No. 340. Golden Goblet with one handle. Sepulchre IV. Size 5:6, about.


No. 341.

A Golden Wine-Flagon (οἰνοχόη). Sepulchre IV. Size 7:10.

CURIOUS GOLDEN GOBLETS.

There were further found with the five bodies of this sepulchre nine vessels of gold; the first (No. 339) being a large massive golden goblet with two handles, and, therefore, an Homeric δέπας ἀμφικύπελλον; it has no ornamentation. The two golden goblets, one of which is shown (No. 340), are, as Professor A. Rousopoulos observed to me, of the pattern called in Greek αὐλακωτά ("furrowed"), each of them being encircled by nine parallel furrows; each has only one handle.
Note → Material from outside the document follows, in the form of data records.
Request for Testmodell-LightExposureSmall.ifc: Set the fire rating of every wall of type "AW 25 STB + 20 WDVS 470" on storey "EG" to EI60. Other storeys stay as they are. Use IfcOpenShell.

First a look at what the model holds.

```python
import ifcopenshell
import ifcopenshell.util.element

model = ifcopenshell.open("Testmodell-LightExposureSmall.ifc")
print(model.schema)
storey = next(s for s in model.by_type("IfcBuildingStorey") if s.Name == "EG")
walls = [e for e in ifcopenshell.util.element.get_decomposition(storey) if e.is_a("IfcWall")]
seen = {}
for e in walls:
    element_type = ifcopenshell.util.element.get_type(e)
    key = (element_type.Name if element_type != e and element_type else None, ifcopenshell.util.element.get_pset(e, "Pset_WallCommon", "FireRating"))
    seen[key] = seen.get(key, 0) + 1
for (name, value), count in sorted(seen.items(), key=str):
    print(count, "x", name, "|", value)
```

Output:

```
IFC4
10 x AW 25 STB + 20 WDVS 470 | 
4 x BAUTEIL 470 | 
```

```python
import ifcopenshell
import ifcopenshell.api.pset
import ifcopenshell.util.element

model = ifcopenshell.open("Testmodell-LightExposureSmall.ifc")

storey = next(s for s in model.by_type("IfcBuildingStorey") if s.Name == "EG")
walls = [e for e in ifcopenshell.util.element.get_decomposition(storey) if e.is_a("IfcWall")]

count = 0
for e in walls:
    element_type = ifcopenshell.util.element.get_type(e)
    if element_type in (None, e) or element_type.Name != "AW 25 STB + 20 WDVS 470":
        continue
    # add_pset returns the element's existing set when there is one.
    pset = ifcopenshell.api.pset.add_pset(model, product=e, name="Pset_WallCommon")
    ifcopenshell.api.pset.edit_pset(model, pset=pset, properties={"FireRating": "EI60"})
    count += 1

print(count, "walls updated")

model.write("Testmodell-LightExposureSmall_updated.ifc")
```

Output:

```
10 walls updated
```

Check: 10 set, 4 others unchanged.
Another gold vessel (No. 341) found in this sepulchre, is a beautiful œnochoë, with a large handle, and decorated in repoussé work, with three parallel horizontal rows of spirals, united with each other and forming an interwoven ornamentation, which fills the whole body of the flagon with a net-work, and which, as Dr. Schlie remarked to me regarding the perfectly similar spiral net-work on the sepulchral stêlé (No. 140)[312] is in principle the same as the filling up with frets or spirals combined horizontally and vertically. The foot of the œnochoë is ornamented with small slanting strokes. I also found a gold goblet with one handle (No. 342), the body of which is encircled with a broad band of a plain ornamentation in repoussé work, resembling blades of knives. Further, a plain massive golden goblet of a new shape (No. 343) having one handle, which, like all the other handles, is fastened to the vessel with gold nails with broad convex heads, which can be seen on the inner side of the rim. If we take away the handle, this goblet resembles our present water-glasses, but its cup is larger and its foot smaller.

No. 342. A Golden Cup. Sepulchre IV. Size 4:5.